Title: Analyses of population dynamics and establishment of harvest-based population estimation methods in the sika deer (Cervus nippon) in Hokkaido, Japan
Other Titles: 北海道に生息するニホンジカ(Cervus nippon)個体群の動態解明と 捕獲数を用いた個体数推定法の確立
Authors: Ueno, Mayumi1 Browse this author
Authors(alt): 上野, 真由美1
Issue Date: 25-Dec-2008
Publisher: Hokkaido University
Abstract: シカ類は世界各地で激増し、人間社会との軋轢を高めているため、駆除や狩猟による捕獲(以下、捕獲)を通じた個体数コントロールが試みられている。しかし、いまだに個体数を目標レベルにまで減少させた例はなく、捕獲の個体数削減効果の検証と個体数管理に必要な分析手法の確立が求められている。本研究は、捕獲効果の検証と捕獲数を用いた個体数推定法の確立を目的に、以下の3つの課題に取り組んだものである。課題1:齢別捕獲数を用いた個体数復元法を確立(2章)。課題2:ニホンジカ個体群の動態分析と捕獲効果の検証(3章)。課題3:大規模スケールでの個体数推定法の確立(4章)。また,総合討論として、4章で検討した手法を実施する場合の問題点を議論している(5章)。2章では、齢別捕獲数を出生年ごとに集計することで、過去の個体数を復元する手法であるコホート解析法の改良を行っている。原理に忠実な方法(以下、オリジナルコホート解析)は、ある年の個体数復元のために寿命と同じ年数の齢別捕獲数が必要なため、寿命の長い陸棲大型哺乳類ではほとんど適用されていない。
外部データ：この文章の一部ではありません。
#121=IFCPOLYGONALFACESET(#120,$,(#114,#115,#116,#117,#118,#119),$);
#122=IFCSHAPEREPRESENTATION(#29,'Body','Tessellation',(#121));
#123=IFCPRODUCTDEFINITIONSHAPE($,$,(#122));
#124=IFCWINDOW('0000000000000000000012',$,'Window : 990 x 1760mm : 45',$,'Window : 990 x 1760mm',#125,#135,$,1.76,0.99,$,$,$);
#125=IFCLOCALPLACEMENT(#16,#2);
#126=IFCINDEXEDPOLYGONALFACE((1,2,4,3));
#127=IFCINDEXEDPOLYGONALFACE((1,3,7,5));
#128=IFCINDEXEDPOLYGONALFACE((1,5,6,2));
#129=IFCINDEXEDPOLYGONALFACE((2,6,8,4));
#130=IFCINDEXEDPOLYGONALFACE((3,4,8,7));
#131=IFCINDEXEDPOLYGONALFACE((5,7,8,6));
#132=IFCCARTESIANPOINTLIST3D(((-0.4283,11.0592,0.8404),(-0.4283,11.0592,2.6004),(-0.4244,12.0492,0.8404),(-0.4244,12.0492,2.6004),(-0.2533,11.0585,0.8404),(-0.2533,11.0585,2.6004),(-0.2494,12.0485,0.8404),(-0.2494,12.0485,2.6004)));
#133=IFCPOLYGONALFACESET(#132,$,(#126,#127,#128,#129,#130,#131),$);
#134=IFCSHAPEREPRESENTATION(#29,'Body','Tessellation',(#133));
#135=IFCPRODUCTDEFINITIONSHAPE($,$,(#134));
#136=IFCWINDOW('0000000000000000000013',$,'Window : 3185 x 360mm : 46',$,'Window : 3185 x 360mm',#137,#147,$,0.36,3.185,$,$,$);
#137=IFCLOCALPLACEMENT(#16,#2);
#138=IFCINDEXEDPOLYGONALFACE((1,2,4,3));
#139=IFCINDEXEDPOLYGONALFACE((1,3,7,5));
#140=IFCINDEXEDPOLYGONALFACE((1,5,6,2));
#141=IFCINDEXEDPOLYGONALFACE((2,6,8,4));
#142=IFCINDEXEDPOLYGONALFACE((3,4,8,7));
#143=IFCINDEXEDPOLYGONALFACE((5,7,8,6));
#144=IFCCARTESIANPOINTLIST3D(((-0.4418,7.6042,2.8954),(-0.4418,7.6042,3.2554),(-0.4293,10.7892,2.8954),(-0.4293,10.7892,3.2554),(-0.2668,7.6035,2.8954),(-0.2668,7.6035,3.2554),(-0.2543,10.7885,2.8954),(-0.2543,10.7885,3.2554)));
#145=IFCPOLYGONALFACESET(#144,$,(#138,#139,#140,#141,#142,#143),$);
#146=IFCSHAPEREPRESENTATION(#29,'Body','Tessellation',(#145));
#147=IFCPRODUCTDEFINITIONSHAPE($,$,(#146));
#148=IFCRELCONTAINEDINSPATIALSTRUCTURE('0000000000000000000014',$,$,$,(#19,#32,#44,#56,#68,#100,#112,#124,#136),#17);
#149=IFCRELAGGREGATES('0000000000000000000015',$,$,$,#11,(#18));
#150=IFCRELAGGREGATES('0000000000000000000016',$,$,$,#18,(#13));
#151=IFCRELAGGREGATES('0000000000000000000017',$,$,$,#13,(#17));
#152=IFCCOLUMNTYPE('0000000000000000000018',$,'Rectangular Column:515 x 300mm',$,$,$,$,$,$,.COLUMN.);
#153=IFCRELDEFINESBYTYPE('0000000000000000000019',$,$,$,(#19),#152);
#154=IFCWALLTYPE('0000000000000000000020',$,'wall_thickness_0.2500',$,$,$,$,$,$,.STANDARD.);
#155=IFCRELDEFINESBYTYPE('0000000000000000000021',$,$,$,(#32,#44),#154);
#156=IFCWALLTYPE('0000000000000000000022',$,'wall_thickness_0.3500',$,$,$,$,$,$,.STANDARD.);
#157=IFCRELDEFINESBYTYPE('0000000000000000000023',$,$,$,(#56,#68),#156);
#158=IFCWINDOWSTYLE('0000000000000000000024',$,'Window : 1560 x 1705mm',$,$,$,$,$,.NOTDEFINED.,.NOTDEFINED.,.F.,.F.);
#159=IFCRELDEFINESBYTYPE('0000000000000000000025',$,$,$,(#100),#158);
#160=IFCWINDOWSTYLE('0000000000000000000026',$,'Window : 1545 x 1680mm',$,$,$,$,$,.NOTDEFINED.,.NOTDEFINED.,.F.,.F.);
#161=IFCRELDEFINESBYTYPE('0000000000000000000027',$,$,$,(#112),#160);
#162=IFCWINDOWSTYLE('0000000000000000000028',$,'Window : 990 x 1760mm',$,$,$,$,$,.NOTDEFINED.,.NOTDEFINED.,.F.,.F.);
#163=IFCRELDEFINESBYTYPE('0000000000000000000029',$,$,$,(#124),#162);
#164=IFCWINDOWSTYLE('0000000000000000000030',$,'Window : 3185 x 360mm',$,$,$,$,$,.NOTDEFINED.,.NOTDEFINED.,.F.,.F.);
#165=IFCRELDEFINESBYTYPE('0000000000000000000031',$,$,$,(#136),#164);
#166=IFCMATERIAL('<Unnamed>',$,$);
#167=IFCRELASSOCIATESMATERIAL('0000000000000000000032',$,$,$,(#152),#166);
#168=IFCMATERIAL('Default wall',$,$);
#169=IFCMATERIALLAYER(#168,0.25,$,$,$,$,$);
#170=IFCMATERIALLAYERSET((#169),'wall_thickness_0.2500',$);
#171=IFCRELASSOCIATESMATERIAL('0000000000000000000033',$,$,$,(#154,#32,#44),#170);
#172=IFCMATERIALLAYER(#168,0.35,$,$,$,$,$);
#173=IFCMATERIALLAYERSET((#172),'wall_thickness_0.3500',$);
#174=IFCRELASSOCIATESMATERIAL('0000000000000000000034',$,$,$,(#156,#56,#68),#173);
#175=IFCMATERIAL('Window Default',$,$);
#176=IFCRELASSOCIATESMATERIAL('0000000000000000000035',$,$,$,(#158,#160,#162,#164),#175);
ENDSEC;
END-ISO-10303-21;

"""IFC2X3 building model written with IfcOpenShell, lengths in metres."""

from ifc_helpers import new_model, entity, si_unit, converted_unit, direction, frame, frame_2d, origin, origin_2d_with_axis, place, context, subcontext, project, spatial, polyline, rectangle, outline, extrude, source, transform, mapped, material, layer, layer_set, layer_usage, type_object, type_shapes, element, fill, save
水産資源管理学では、捕獲データと同期間の個体数復元を可能にする方法が開発されているが、捕獲率にいくつかの仮定を置くため、陸棲大型哺乳類に適用するためには、それらの仮定の妥当性やより適切な仮定の探索が必要である。この章では、ノルウェーのヘラジカの長期間にわたる齢別捕獲数を用いて、オリジナルコホート解析によって算出した齢別個体数を真に近い値と考え、仮定の妥当性を検討した。その結果、データの最終年における齢別捕獲率は、捕獲率の年変化に一定の傾向が見られない限り、過去数年間の平均捕獲率に等しいと仮定することが、後半年の復元個体数の正確性を著しく高めることを明らかにした。このように、より適切な仮定を得ることで、陸棲大型哺乳類における個体数復元法の改良に貢献した。3章では、2章で検討した手法を用いて、1990-2001年における北海道足寄町ニホンジカ個体群の動態を分析し、個体数コントロールに対する捕獲の効果を検証した。90年代前半において、メスの捕獲率は低い値で推移し、個体数は増加し続けた。一方、個体群成長率への密度効果が検出され、個体群自己制御機構の存在が示唆された。しかし、密度が最も高い時でさえ個体群成長率は正であり、密度効果によって個体数は減少しなかった。個体数が初めて減少したのは、積極的なメスジカ捕獲が開始された1998年の翌年で、捕獲率の上昇だけでなく1歳個体の加入率の低下がこの減少に寄与していた。加入率の低下には、子の母親にあたる2歳以上メスの捕獲率の上昇が作用していた。2歳以上メスの捕獲が加入率を低下させた理由には、母親を失った孤児は生存に不利であることが考えられた。以上の分析から、個体数が過剰な状態にあるニホンジカを減少させるためにはメスジカの大量捕獲が不可欠であることが立証された。4章では、3章で復元した個体数を使って自然増加率の推定モデルを作成し、大規模スケールでの新たな個体数推定法を検討した。Matsuda et al. (2002)やYamamura et al. (2008)は、ライトセンサスで得られた個体数指数の動向を参照しながら、捕獲実績に基づいて個体数を推定する手法を開発した。しかし、仮定する自然増加率の大きさによって推定個体数が大きく異なるという問題があった。3章の分析に基づき、密度効果を考慮した自然増加率の時間的変化をモデル化することによって、この問題を解決し、より確度の高い個体数推定が可能になると考えられた。足寄町の復元個体数から自然増加率の推定モデル(以下、足寄モデル)を作成し、その上位個体群にあたる道東個体群の個体数推定法を検討した。その結果、新しい推定値の年変化は妥当で、個体数は自然増加率に1.15を仮定した場合に近い値が得られた。このように、本章ではモデル個体群から得た詳細な情報を取り入れた個体数推定法を確立し,確度の高い個体数推定を可能にした。5章では4章で検討した手法を実施する場合の問題点を議論し、個体群動態に関する詳細な情報を得ることができるモデル個体群の重要性を指摘し、モデル地区からのデータ収集システムの確立を提言した。以上のように本研究は、シカ類の個体数コントロールに不可欠な捕獲の個体数削減効果を検証し、個体数管理に必要な個体数推定法の確立に貢献した。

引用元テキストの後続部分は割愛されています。